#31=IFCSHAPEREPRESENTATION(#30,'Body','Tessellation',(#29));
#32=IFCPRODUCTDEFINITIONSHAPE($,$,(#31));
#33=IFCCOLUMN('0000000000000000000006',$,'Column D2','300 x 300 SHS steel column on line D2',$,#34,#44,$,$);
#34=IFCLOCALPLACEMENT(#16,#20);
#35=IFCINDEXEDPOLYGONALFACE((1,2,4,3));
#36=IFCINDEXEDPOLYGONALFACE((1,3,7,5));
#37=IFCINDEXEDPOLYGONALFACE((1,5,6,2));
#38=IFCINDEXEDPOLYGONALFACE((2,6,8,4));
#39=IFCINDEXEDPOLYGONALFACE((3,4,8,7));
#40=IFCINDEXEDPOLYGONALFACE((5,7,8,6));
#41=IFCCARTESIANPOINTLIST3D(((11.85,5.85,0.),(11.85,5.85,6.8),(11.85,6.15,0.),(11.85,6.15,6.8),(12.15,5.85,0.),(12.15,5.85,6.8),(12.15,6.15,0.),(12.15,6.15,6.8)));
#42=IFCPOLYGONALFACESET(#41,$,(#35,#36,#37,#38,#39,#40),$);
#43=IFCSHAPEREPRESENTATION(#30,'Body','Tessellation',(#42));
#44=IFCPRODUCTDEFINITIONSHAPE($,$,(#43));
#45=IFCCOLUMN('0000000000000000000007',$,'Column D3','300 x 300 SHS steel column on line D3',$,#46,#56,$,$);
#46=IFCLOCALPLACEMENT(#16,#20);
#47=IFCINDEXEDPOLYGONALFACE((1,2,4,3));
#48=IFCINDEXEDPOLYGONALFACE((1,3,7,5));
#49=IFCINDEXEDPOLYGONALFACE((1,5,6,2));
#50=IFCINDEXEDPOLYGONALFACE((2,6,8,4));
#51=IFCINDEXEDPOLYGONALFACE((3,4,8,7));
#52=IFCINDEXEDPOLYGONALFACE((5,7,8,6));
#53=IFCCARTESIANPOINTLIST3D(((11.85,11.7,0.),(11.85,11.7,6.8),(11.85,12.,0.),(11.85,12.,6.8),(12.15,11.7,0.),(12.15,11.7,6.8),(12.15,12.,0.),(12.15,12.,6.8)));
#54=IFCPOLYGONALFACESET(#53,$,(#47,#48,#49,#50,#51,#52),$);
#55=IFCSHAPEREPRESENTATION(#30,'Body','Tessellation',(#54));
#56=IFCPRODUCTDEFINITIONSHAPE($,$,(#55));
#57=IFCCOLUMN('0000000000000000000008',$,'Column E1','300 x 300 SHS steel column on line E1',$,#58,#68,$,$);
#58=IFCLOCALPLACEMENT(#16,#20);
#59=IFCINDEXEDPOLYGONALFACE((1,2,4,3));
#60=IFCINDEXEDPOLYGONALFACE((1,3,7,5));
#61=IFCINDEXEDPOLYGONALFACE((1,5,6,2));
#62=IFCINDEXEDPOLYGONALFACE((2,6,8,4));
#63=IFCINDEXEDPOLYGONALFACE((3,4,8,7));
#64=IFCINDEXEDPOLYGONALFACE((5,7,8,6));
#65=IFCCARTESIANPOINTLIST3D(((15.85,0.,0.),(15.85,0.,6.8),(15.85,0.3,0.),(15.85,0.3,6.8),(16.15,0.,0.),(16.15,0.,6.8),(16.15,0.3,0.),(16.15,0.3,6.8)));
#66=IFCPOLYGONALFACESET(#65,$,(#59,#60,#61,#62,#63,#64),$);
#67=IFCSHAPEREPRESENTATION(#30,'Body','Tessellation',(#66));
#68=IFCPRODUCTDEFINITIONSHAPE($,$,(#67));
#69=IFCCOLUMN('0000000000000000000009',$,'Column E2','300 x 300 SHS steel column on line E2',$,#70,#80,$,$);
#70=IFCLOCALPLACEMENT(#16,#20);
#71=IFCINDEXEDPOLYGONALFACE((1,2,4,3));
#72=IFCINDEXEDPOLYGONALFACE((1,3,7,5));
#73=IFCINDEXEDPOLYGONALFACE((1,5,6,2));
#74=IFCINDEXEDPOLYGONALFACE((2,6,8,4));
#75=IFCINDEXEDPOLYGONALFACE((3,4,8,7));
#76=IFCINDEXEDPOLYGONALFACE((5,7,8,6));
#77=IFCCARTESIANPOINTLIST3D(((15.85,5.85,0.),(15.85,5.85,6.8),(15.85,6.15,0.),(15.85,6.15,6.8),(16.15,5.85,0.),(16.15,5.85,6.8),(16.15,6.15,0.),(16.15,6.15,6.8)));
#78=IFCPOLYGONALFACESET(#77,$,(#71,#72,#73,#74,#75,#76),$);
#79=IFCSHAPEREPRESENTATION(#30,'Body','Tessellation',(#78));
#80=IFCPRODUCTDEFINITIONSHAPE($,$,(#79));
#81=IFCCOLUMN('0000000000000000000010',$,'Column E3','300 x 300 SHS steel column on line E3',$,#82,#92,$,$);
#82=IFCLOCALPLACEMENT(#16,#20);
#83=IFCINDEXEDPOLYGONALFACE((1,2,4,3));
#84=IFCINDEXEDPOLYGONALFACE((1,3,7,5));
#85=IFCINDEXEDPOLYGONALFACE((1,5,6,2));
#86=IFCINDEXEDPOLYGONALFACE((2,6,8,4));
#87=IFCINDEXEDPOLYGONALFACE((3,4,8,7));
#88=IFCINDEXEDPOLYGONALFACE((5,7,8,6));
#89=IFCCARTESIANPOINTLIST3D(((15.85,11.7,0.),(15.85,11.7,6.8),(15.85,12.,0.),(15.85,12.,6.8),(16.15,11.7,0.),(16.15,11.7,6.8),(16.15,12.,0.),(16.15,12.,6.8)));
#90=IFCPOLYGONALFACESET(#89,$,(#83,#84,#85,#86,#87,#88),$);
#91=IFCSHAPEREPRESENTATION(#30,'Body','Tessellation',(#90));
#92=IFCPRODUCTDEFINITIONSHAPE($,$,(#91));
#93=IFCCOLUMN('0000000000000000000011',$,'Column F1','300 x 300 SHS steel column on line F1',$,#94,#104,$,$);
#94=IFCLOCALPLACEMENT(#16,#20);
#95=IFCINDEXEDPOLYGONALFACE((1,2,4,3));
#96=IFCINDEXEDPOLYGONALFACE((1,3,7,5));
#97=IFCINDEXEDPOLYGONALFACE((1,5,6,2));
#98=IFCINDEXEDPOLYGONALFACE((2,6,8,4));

Activity. Quote every line from the beginning of the entries up to and including the line that contains "#35=IFCINDEXEDPOLYGONALFACE((1,2,4,3));".

Reply.
#31=IFCSHAPEREPRESENTATION(#30,'Body','Tessellation',(#29));
#32=IFCPRODUCTDEFINITIONSHAPE($,$,(#31));
#33=IFCCOLUMN('0000000000000000000006',$,'Column D2','300 x 300 SHS steel column on line D2',$,#34,#44,$,$);
#34=IFCLOCALPLACEMENT(#16,#20);
#35=IFCINDEXEDPOLYGONALFACE((1,2,4,3));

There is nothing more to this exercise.